Celgene Manufacturing Supervisor, CAR-T - Weekend Shift in Summit, New Jersey
Celgene is a global biopharmaceutical company leading the way in medical innovation to help patients live longer, better lives. Our purpose as a company is to discover and develop therapies that will change the course of human health. We value our passion for patients, quest for innovation, spirit of independence and love of challenge. With a presence in more than 70 countries, and growing - we look for talented people to grow our business, advance our science and contribute to our unique culture.
Purpose and Scope of Position:
Supervises the employees who manufacture human blood derived components per Standard Operating Procedures (SOPs) in a controlled, cleanroom environment.
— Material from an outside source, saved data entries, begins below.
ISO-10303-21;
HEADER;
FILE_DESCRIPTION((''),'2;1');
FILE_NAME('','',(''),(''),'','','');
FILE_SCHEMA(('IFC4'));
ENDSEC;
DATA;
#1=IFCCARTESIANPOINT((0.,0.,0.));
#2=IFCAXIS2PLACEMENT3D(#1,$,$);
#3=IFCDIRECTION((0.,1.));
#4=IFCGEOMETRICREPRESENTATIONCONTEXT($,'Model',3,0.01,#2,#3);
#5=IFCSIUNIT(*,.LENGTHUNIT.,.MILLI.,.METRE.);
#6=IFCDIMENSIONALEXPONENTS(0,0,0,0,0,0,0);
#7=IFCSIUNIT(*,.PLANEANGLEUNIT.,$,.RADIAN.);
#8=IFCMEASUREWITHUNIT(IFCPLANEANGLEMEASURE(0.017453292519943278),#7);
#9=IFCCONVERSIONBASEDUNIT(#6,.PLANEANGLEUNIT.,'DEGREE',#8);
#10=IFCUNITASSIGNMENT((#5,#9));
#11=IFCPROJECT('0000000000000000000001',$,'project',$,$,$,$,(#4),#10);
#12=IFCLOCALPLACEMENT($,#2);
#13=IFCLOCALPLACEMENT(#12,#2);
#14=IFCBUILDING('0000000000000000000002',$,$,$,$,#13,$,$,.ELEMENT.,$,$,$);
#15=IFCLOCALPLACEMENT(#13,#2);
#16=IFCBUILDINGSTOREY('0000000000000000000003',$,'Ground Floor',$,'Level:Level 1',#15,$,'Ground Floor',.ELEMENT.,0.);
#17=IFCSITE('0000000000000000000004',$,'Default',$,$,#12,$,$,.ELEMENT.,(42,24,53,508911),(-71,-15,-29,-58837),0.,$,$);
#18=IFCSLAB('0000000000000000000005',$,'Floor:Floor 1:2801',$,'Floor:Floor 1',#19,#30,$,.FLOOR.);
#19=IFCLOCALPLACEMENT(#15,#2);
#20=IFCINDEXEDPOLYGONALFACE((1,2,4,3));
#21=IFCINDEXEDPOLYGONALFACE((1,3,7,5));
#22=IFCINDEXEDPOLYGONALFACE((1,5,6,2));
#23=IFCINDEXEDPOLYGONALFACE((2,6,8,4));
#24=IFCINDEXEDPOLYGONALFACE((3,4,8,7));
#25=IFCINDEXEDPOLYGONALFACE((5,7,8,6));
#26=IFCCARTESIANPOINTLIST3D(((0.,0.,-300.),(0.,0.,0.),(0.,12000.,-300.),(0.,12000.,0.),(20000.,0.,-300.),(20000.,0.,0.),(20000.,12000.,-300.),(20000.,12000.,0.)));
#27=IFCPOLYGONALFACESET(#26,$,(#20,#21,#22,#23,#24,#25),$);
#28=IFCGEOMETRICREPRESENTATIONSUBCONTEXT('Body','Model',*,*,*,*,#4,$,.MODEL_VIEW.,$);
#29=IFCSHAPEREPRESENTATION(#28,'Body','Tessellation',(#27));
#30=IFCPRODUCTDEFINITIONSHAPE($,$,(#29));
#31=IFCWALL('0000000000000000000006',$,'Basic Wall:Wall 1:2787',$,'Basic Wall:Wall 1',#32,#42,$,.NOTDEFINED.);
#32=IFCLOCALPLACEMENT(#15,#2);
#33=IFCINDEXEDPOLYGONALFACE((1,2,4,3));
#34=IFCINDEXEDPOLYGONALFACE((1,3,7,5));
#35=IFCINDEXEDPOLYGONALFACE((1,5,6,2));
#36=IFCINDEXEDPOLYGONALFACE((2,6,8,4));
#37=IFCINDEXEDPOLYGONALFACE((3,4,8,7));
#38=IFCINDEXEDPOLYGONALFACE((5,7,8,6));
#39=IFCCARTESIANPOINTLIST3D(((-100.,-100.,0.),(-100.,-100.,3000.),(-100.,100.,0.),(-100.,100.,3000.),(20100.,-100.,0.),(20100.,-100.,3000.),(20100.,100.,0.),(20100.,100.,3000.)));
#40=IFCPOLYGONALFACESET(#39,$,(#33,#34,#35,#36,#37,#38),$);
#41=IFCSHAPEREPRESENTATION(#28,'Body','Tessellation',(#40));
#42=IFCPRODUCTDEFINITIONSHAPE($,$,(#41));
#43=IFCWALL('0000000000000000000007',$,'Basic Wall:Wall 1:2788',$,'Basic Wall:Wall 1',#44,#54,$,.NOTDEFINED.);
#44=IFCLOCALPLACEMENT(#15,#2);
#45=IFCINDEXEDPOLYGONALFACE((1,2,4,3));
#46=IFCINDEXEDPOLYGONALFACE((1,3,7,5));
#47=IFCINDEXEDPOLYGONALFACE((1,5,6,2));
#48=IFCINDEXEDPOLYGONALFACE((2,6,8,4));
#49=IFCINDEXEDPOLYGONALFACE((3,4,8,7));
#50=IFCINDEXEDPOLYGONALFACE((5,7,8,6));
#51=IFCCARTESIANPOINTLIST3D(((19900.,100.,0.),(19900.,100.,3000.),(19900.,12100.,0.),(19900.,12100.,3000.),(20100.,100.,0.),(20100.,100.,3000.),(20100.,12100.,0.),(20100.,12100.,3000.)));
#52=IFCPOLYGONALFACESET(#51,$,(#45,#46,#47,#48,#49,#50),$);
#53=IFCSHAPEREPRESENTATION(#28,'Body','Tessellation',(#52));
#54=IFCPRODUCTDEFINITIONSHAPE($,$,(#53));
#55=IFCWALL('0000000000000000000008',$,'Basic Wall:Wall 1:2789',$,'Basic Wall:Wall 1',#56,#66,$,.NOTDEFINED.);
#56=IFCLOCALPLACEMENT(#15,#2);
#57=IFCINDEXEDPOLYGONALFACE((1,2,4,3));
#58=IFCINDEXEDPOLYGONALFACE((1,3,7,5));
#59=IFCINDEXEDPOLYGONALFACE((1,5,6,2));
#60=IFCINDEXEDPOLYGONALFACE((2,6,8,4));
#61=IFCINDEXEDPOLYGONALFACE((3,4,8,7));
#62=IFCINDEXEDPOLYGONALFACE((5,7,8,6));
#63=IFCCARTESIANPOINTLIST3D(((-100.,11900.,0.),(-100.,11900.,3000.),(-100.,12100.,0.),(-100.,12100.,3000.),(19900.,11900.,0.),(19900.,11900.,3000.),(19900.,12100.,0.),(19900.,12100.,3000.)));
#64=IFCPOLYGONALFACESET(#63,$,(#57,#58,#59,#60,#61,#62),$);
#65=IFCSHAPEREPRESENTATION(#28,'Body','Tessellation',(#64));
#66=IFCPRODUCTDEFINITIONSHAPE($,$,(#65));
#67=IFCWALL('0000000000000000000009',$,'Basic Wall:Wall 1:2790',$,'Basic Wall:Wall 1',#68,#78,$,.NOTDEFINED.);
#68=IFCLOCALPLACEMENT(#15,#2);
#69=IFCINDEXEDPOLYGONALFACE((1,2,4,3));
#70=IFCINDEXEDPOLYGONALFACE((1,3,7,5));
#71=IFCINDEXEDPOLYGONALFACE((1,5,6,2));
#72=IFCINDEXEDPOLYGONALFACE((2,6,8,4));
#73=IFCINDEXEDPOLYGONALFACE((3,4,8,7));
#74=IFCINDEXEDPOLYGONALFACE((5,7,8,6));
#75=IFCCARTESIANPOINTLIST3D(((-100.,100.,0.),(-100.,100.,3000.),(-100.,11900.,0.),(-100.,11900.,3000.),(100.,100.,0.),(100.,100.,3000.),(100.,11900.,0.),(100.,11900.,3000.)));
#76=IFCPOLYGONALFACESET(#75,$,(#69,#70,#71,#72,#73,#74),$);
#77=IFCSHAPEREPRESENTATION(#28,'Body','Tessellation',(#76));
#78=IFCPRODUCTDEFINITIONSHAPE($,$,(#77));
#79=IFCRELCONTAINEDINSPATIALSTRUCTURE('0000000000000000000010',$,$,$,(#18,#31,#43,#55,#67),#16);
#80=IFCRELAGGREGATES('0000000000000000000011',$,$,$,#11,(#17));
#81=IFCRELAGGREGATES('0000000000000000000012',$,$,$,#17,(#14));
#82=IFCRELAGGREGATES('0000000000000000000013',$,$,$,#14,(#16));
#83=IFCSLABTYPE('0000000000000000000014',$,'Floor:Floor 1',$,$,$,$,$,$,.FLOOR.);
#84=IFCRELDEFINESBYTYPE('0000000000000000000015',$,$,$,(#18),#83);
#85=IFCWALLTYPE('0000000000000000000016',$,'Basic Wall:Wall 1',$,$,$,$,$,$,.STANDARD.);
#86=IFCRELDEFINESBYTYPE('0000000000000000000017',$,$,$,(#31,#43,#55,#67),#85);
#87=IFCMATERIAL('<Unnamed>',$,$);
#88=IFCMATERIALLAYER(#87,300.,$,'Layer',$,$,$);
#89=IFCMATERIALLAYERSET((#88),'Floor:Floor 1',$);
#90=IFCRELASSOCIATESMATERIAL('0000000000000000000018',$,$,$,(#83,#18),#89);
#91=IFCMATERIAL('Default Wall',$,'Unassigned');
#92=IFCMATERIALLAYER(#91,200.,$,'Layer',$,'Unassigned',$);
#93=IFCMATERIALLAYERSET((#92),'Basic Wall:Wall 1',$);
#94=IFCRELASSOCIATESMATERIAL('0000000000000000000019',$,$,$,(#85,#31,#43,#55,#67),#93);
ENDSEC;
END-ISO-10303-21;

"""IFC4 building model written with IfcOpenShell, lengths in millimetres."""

from ifc_helpers import new_model, entity, si_unit, converted_unit, direction, frame, frame_2d, origin, origin_2d_with_axis, place, context, subcontext, project, spatial, rectangle, extrude, material, layer, layer_set, layer_usage, type_object, element, save


model = new_model("IFC4")

# Units and contexts
model_context = context("Model", 3, precision=0.01, world=origin(), true_north=direction((0.0, 1.0)))
body_context = subcontext(model_context, "Body", "Model", "MODEL_VIEW")
ifc_project = project(units=[si_unit("LENGTHUNIT", "METRE", prefix="MILLI"), converted_unit("PLANEANGLEUNIT", "DEGREE", entity("IfcPlaneAngleMeasure", 0.017453292519943278), si_unit("PLANEANGLEUNIT", "RADIAN"), dimensions=[0, 0, 0, 0, 0, 0, 0])], contexts=[model_context])

# Site, building, storey
site_placement = place(None, origin())
site = spatial("IfcSite", under=ifc_project, at=site_placement, Name="Default", CompositionType="ELEMENT", RefLatitude=(42, 24, 53, 508911), RefLongitude=(-71, -15, -29, -58837), RefElevation=0.0)
building_placement = place(site_placement, origin())
building = spatial("IfcBuilding", under=site, at=building_placement, CompositionType="ELEMENT")
storey_placement = place(building_placement, origin())
storey = spatial("IfcBuildingStorey", under=building, at=storey_placement, Name="Ground Floor", ObjectType="Level:Level 1", LongName="Ground Floor", CompositionType="ELEMENT", Elevation=0.0)

# Shared definitions
ifc_material_1 = material(Name="Default Wall", Category="Unassigned")

# Slab
ifc_material_2 = material(Name="<Unnamed>")
ifc_layer_1 = layer(ifc_material_2, 300.0, Name="Layer")
ifc_layer_set_1 = layer_set([ifc_layer_1], Name="Floor:Floor 1")
ifc_layer_usage_1 = layer_usage(ifc_layer_set_1, "AXIS3", "POSITIVE", 0.0)
slab_type = type_object("IfcSlabType", Name="Floor:Floor 1", PredefinedType="FLOOR", material=ifc_layer_set_1)
slab_placement = place(storey_placement, origin())
element("IfcSlab", 1, at=slab_placement, inside=storey, type_object=slab_type, material=ifc_layer_usage_1, Name="Floor:Floor 1:2801", ObjectType="Floor:Floor 1", PredefinedType="FLOOR", context=body_context, shape_type="SweptSolid", body=[
    extrude(rectangle(XDim=12000.0, YDim=20000.0, at=origin_2d_with_axis()), frame((10000.0, 6000.0, 0.0), z_axis=(0.0, 0.0, -1.0), x_axis=(0.0, 1.0, 0.0)), (0.0, 0.0, 1.0), 300.0),
])

# Walls
ifc_layer_2 = layer(ifc_material_1, 200.0, Name="Layer", Category="Unassigned")
ifc_layer_set_2 = layer_set([ifc_layer_2], Name="Basic Wall:Wall 1")
ifc_layer_usage_2 = layer_usage(ifc_layer_set_2, "AXIS2", "NEGATIVE", 100.0)
wall_type = type_object("IfcWallType", Name="Basic Wall:Wall 1", PredefinedType="STANDARD", material=ifc_layer_set_2)
wall_1_placement = place(storey_placement, frame((-100.0, 0.0, 0.0)))
element("IfcWall", 2, at=wall_1_placement, inside=storey, type_object=wall_type, material=ifc_layer_usage_2, Name="Basic Wall:Wall 1:2787", ObjectType="Basic Wall:Wall 1", PredefinedType="NOTDEFINED", context=body_context, shape_type="SweptSolid", body=[
    extrude(rectangle(XDim=20200.0, YDim=200.0, at=frame_2d((10100.0, 0.0), x_axis=(-1.0, 0.0))), origin(), (0.0, 0.0, 1.0), 3000.0),
])
ifc_layer_usage_3 = layer_usage(ifc_layer_set_2, "AXIS2", "NEGATIVE", 100.0)
wall_2_placement = place(storey_placement, frame((20000.0, 100.0, 0.0), z_axis=(0.0, 0.0, 1.0), x_axis=(0.0, 1.0, 0.0)))
element("IfcWall", 3, at=wall_2_placement, inside=storey, type_object=wall_type, material=ifc_layer_usage_3, Name="Basic Wall:Wall 1:2788", ObjectType="Basic Wall:Wall 1", PredefinedType="NOTDEFINED", context=body_context, shape_type="SweptSolid", body=[
    extrude(rectangle(XDim=12000.0, YDim=200.0, at=frame_2d((6000.0, 0.0), x_axis=(-1.0, 0.0))), origin(), (0.0, 0.0, 1.0), 3000.0),
])
ifc_layer_usage_4 = layer_usage(ifc_layer_set_2, "AXIS2", "NEGATIVE", 100.0)
wall_3_placement = place(storey_placement, frame((19900.0, 12000.0, 0.0), z_axis=(0.0, 0.0, 1.0), x_axis=(-1.0, 0.0, 0.0)))
element("IfcWall", 4, at=wall_3_placement, inside=storey, type_object=wall_type, material=ifc_layer_usage_4, Name="Basic Wall:Wall 1:2789", ObjectType="Basic Wall:Wall 1", PredefinedType="NOTDEFINED", context=body_context, shape_type="SweptSolid", body=[
    extrude(rectangle(XDim=20000.0, YDim=200.0, at=frame_2d((10000.0, 0.0), x_axis=(-1.0, 0.0))), origin(), (0.0, 0.0, 1.0), 3000.0),
])
ifc_layer_usage_5 = layer_usage(ifc_layer_set_2, "AXIS2", "NEGATIVE", 100.0)
wall_4_placement = place(storey_placement, frame((0.0, 11900.0, 0.0), z_axis=(0.0, 0.0, 1.0), x_axis=(0.0, -1.0, 0.0)))
element("IfcWall", 5, at=wall_4_placement, inside=storey, type_object=wall_type, material=ifc_layer_usage_5, Name="Basic Wall:Wall 1:2790", ObjectType="Basic Wall:Wall 1", PredefinedType="NOTDEFINED", context=body_context, shape_type="SweptSolid", body=[
    extrude(rectangle(XDim=11800.0, YDim=200.0, at=frame_2d((5900.0, 0.0), x_axis=(-1.0, 0.0))), origin(), (0.0, 0.0, 1.0), 3000.0),
])

save(model, "model.ifc")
Manufacturing Supervisors address employee concerns, ensures staff are complaint with training requirements, reviews & approves timecards, and addresses production issues with cross functional teams. Communication of production deviations and assistance with quality investigations are required, as applicable. This position is for the Weekend Shift: Friday, Saturday and Sunday. Weekend Day Shift coverage is 7:00am – 7:30pm and Weekend Night Shift coverage is from 7:00pm – 7:30am. Start and end times are subject to change based on business Demands.
Required Competencies: Knowledge/ Skills, and Abilities:
Advanced understanding of cell culture, cryopreservation, purification, and aseptic processing or lab technique
Knowledge of cGMP/FDA regulated industry
Basic mathematical skills
Technical writing capability
Proficient in MS Office applications
Background to include an understanding of biology, chemistry, medical or clinical practices
Previous experience managing, coaching, and providing instructions to staff
Sufficient vision and hearing capability to work in job environment.
Duties and Responsibilities:
Ensures staff are properly trained on controlled, approved GMP procedures.
Manages individual development plans for direct reports.
Documents employee growth and performance.
Reviews and approves employee timecards.
Conducts annual employee performance review with direct reports.
Documents and addresses employee corrective actions and performance improvement plans.
Trained in all areas of manufacturing staff upon completion of all proficient tasks.
Pre- and Post-Production shift communication to manufacturing team.
Manages on the floor production issues cross functionally.
Escalates concerns/ issues to Manufacturing Management.
Hires and interviews new employees.
Other duties may be assigned, as necessary.
Required Education and Experience:
Master’s degree plus 4 years of experience
OR Bachelor’s degree plus 6 years of experience
OR Associate/ Medical Technical degree and 7 years of Manufacturing or Operations experience
OR High School diploma/GED and 8 years of Manufacturing or Operations experience.
Intermittent walking and sitting to perform job functions; however, ability to sit or stand for extended periods of time may be necessary.
Physical dexterity sufficient to use computers and documentation.
Ability to lift up to 25 pounds.
Must have the ability to work around laboratories and controlled, enclosed, restricted areas.
Cleanroom garments and personal protective equipment will be required in designated areas which cover head, parts of the face, core body, and legs/feet.
Makeup, gum, nail polish, or other potential microbial sources are prohibited in restricted areas.
Flexibility to don clean room garments and personal protective equipment (PPE).
Clean room environment is an enclosed, restricted space, with assigned pressure and temperature conditions. Reagents, chemicals, and exposure to sanitization agents are expected.
Routine exposure to human blood components.
Designated areas may prohibit food, any outside materials such as cell phones, tablets, at a minimum.
Celgene is committed to equal opportunity in the terms and conditions of employment for all employees and job applicants without regard to race, color, religion, sex, sexual orientation, age, gender identity or gender expression, national origin, disability or veteran status. Celgene complies with all applicable national, state and local laws governing nondiscrimination in employment as well as employment eligibility verification requirements of the Immigration and Nationality Act. All applicants must have authorization to work for Celgene in the U.S.COMMITTED TO IMPROVING THE LIVES OF PATIENTS WORLDWIDE
At Celgene, we seek to deliver truly innovative and life-changing drugs for our patients. Our vision as a company is to build a major global biopharmaceutical corporation while focusing on the discovery, the development, and the commercialization of products for the treatment of cancer and other severe, immune, inflammatory conditions.
“At Celgene, we seek to deliver truly innovative and life-changing drugs for our patients.”
There are more than 300 clinical trials at major medical centers using compounds from Celgene. Investigational compounds are being studied for patients with incurable hematological and solid tumor cancers, including multiple myeloma, myelodysplastic syndromes, chronic lymphocytic leukemia (CLL), non-Hodgkin’s lymphoma (NHL), triple-negative breast cancer and pancreatic cancer. As committed as we are to clinical accomplishment, we are equally committed to patient support, which is a guiding principle at Celgene. We believe all who can benefit from our discoveries should have the opportunity to do so. Celgene puts patients first with industry-leading programs that provide information, support and access to our innovative therapies.